Joe let a silence help him absorb both her story and what he could breathe in like air itself, her continuing distress. He felt that he had been admitted to the deepest and most private corner of her soul. He could feel what it had cost her to make that confession and the love that was growing for her was now steeled with an all but worshipping admiration. Insofar as the confession could be uttered in a neutral manner, it had been. There was no sobbing, no self-pity. She had offered him the freedom to walk away.
Pity, engulfing pity was what Joe felt. But responsibility as well. She had put herself in his hands and that was a sort of real love, wasn’t it?
And as for the pain of it, he felt it pass into him
from her, he felt some of the weight of it light on him and he was glad. It more strongly bound them, that he could bear some of her pain.
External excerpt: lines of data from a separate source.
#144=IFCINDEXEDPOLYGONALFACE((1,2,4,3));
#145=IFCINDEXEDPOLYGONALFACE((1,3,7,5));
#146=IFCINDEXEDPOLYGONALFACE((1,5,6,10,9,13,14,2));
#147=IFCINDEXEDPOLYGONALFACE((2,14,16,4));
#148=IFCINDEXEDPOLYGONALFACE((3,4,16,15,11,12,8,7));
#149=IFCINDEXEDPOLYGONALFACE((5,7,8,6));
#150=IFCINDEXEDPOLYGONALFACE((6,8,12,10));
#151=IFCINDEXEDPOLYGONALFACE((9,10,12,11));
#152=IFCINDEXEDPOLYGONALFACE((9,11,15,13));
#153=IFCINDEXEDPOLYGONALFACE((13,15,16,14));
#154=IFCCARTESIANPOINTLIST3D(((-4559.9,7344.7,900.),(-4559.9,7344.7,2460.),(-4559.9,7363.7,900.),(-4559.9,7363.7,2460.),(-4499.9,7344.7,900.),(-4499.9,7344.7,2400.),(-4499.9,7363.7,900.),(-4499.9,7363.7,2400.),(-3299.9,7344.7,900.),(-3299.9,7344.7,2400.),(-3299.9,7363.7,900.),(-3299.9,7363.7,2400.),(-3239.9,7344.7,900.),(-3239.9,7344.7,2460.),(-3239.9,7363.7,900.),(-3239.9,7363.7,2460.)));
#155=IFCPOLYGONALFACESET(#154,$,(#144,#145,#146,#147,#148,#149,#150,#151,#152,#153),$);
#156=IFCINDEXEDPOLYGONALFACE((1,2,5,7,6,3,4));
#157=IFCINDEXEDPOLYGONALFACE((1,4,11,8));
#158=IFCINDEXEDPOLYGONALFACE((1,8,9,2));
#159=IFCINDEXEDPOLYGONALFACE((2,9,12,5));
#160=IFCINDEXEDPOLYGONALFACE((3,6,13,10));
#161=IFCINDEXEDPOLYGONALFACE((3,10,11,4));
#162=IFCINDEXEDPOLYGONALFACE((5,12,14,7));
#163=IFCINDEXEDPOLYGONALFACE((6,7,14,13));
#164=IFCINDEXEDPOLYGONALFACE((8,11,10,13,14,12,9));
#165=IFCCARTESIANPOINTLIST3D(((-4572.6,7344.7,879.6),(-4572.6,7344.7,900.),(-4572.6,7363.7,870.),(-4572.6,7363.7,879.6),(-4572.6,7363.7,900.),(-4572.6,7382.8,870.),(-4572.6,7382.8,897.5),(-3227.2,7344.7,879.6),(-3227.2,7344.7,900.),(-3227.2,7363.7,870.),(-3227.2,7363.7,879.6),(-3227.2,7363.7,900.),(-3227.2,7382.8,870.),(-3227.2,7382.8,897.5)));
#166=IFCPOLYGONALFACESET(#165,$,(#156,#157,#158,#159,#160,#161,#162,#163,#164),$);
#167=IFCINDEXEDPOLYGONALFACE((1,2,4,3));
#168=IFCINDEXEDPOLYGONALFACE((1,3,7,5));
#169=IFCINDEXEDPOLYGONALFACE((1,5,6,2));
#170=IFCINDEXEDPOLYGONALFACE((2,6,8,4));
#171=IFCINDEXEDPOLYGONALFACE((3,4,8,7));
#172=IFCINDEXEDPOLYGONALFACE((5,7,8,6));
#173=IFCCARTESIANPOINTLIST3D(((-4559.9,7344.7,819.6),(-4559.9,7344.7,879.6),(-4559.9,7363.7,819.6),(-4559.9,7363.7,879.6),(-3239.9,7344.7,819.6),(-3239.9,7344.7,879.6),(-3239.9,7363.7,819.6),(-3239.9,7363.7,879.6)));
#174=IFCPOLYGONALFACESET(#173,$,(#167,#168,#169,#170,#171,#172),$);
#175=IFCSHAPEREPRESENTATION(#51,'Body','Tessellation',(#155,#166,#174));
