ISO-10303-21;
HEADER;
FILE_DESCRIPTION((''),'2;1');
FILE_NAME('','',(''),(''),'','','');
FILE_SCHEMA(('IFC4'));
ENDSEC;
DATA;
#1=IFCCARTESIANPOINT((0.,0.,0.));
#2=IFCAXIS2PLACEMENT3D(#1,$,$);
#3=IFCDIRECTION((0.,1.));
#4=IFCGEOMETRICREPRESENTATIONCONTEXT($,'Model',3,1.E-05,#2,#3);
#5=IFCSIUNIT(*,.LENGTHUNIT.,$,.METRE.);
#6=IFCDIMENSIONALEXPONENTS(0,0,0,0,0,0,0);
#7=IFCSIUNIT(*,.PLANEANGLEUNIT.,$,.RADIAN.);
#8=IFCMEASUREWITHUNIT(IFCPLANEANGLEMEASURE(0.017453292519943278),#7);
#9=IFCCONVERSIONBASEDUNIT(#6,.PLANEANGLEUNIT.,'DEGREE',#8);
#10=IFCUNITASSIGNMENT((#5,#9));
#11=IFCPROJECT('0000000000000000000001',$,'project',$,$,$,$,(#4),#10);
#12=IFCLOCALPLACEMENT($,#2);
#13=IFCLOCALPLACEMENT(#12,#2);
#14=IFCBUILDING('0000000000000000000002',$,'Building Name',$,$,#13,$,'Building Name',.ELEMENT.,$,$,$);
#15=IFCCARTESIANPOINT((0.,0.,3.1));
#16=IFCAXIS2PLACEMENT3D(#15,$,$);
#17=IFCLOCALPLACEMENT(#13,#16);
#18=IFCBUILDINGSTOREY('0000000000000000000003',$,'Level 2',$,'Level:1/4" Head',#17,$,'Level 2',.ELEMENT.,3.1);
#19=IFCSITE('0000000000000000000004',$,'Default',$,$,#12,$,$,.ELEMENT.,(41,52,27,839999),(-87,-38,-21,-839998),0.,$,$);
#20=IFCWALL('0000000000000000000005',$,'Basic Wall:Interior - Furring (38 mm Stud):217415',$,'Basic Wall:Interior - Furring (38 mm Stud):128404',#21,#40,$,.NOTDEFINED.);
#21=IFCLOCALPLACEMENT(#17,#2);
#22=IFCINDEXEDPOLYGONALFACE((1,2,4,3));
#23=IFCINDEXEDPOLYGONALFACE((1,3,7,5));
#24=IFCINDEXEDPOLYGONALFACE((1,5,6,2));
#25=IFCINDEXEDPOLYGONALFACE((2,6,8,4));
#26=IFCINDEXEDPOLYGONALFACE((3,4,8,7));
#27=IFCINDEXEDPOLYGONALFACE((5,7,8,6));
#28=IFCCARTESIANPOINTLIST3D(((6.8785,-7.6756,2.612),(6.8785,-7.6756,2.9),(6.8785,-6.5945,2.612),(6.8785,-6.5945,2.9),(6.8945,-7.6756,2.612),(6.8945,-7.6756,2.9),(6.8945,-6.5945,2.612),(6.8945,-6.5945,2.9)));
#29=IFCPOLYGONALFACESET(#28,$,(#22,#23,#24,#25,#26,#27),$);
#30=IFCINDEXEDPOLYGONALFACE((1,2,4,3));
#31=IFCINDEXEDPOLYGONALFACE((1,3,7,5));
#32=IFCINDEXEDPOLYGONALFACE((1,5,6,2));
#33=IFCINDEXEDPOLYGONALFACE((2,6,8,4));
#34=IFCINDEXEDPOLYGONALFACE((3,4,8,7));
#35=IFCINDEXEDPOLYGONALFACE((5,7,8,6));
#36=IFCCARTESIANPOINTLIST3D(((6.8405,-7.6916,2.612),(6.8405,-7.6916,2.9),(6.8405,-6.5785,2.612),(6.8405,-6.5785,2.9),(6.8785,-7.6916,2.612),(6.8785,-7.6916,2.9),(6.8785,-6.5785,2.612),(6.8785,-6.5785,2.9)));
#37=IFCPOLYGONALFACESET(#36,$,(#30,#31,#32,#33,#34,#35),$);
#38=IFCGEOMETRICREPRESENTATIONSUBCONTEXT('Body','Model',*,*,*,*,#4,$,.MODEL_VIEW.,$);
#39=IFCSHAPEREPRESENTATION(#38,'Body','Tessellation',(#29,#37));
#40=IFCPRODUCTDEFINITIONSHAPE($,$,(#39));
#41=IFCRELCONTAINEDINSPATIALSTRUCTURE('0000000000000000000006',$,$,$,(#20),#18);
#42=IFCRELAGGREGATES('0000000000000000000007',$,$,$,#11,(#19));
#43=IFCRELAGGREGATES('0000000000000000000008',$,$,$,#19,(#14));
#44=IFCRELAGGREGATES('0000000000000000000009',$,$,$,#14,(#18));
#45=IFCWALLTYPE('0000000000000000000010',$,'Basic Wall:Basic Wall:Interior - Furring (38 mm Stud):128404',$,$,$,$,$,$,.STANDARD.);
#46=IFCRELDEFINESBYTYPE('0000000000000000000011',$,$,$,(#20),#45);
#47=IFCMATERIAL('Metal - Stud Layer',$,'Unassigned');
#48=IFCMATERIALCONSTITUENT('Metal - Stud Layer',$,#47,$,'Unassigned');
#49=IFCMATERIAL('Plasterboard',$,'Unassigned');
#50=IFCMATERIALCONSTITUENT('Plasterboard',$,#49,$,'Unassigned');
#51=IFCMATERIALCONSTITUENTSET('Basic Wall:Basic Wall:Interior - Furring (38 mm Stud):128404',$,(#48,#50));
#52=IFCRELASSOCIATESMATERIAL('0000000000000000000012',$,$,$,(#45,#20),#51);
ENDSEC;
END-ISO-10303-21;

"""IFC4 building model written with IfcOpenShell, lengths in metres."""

from ifc_helpers import new_model, entity, si_unit, converted_unit, direction, frame, origin, place, context, subcontext, project, spatial, indexed_curve, outline, extrude, material, constituent, constituent_set, type_object, element, save


model = new_model("IFC4")

# Units and contexts
model_context = context("Model", 3, precision=1e-05, world=origin(), true_north=direction((0.0, 1.0)))
body_context = subcontext(model_context, "Body", "Model", "MODEL_VIEW")
ifc_project = project(units=[si_unit("LENGTHUNIT", "METRE"), converted_unit("PLANEANGLEUNIT", "DEGREE", entity("IfcPlaneAngleMeasure", 0.017453292519943278), si_unit("PLANEANGLEUNIT", "RADIAN"), dimensions=[0, 0, 0, 0, 0, 0, 0])], contexts=[model_context])

# Site, building, storey
site_placement = place(None, origin())
site = spatial("IfcSite", under=ifc_project, at=site_placement, Name="Default", CompositionType="ELEMENT", RefLatitude=(41, 52, 27, 839999), RefLongitude=(-87, -38, -21, -839998), RefElevation=0.0)
building_placement = place(site_placement, origin())
building = spatial("IfcBuilding", under=site, at=building_placement, Name="Building Name", LongName="Building Name", CompositionType="ELEMENT")
storey_placement = place(building_placement, frame((0.0, 0.0, 3.1)))
storey = spatial("IfcBuildingStorey", under=building, at=storey_placement, Name="Level 2", ObjectType="Level:1/4\" Head", LongName="Level 2", CompositionType="ELEMENT", Elevation=3.1)

# Shared definitions
ifc_material_1 = material(Name="Plasterboard", Category="Unassigned")
ifc_material_2 = material(Name="Metal - Stud Layer", Category="Unassigned")

# Wall
ifc_constituent_1 = constituent(ifc_material_2, Name="Metal - Stud Layer", Category="Unassigned")
ifc_constituent_2 = constituent(ifc_material_1, Name="Plasterboard", Category="Unassigned")
ifc_constituent_set_1 = constituent_set(constituents=[ifc_constituent_1, ifc_constituent_2], Name="Basic Wall:Basic Wall:Interior - Furring (38 mm Stud):128404")
wall_type_1 = type_object("IfcWallType", Name="Basic Wall:Basic Wall:Interior - Furring (38 mm Stud):128404", PredefinedType="STANDARD", material=ifc_constituent_set_1)
wall_1_placement = place(storey_placement, frame((6.8675, -7.6756, 2.612), z_axis=(0.0, 0.0, 1.0), x_axis=(0.0, 1.0, 0.0)))
element("IfcWall", 1, at=wall_1_placement, inside=storey, type_object=wall_type_1, material=ifc_constituent_set_1, Name="Basic Wall:Interior - Furring (38 mm Stud):217415", ObjectType="Basic Wall:Interior - Furring (38 mm Stud):128404", PredefinedType="NOTDEFINED", context=body_context, shape_type="SweptSolid", body=[
    extrude(outline(indexed_curve([(-0.008, -0.5405), (0.008, -0.5405), (0.008, 0.5405), (-0.008, 0.5405), (-0.008, -0.5405)], self_intersect=False)), frame((0.5405, -0.019, 0.0), z_axis=(0.0, 0.0, 1.0), x_axis=(0.0, 1.0, 0.0)), (0.0, 0.0, 1.0), 0.288),
    extrude(outline(indexed_curve([(-0.019, -0.5565), (0.019, -0.5565), (0.019, 0.5565), (-0.019, 0.5565), (-0.019, -0.5565)], self_intersect=False)), frame((0.5405, 0.008, 0.0), z_axis=(0.0, 0.0, 1.0), x_axis=(0.0, -1.0, 0.0)), (0.0, 0.0, 1.0), 0.288),
])

save(model, "model.ifc")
In those moments the love which had grown in the vague blind ways of inexperience and impatience, as much in the fear of not succeeding as by the usual rules of desire, took on the possibility of a new dimension, of sharing pain and truth and of being open to the understanding of what was most intimate and perilous about the nature of someone else.
Joe lay there after her challenge, her confession, and wave upon wave of warm feelings swept through his body and his mind with a certainty of exhilaration twin to the surge of sexual fulfilment. If he knew anything at all in this tidal rush then he knew he would never leave her, nor she him.
CHAPTER SIX
‘I think you may prove to be very lucky,’ David said. ‘She’ll lever you away from that charming but clinging background of yours and set you free. I see you as a pair of refugees, exiled from your own countries, out to find a new life. I’m rather pleased with that!’ He giggled and his brief intense look as always made Joe feel uniquely appreciated.
They were in the Cadena, fashionable with the artistic and intellectual crowd, taking mid-morning coffee and biscuits which David, plumping out, ate instantly. Joe sat back. David cast some sort of spell on him; in his company he felt cradled.
‘May I?’ He took one of Joe’s biscuits, swept his eyes around the room, ceaseless searchlights, spotting and docking, and then returned his gaze to someone who, for a short time, would be his plasticine. But also someone he respected, puzzled over, wanted to befriend. ‘Not that there’s anything intrinsically wrong with your clinging background,’ he spoke through the biscuit, ‘on the contrary,’ a wistful smile, ‘everything you tell me about it makes it sound enviably desirable but you have to let it go now or you’ll end up going back there as an outsider, a schoolteacher or something, very nice too, but I think you can do something other, not better, “other”. To me Natasha proves it. Your interest in her, to use an anaemic word for the PASSION of it!’ a sudden loud ear-catching laugh, ‘is telling you what I am telling you. She won’t let you go back.’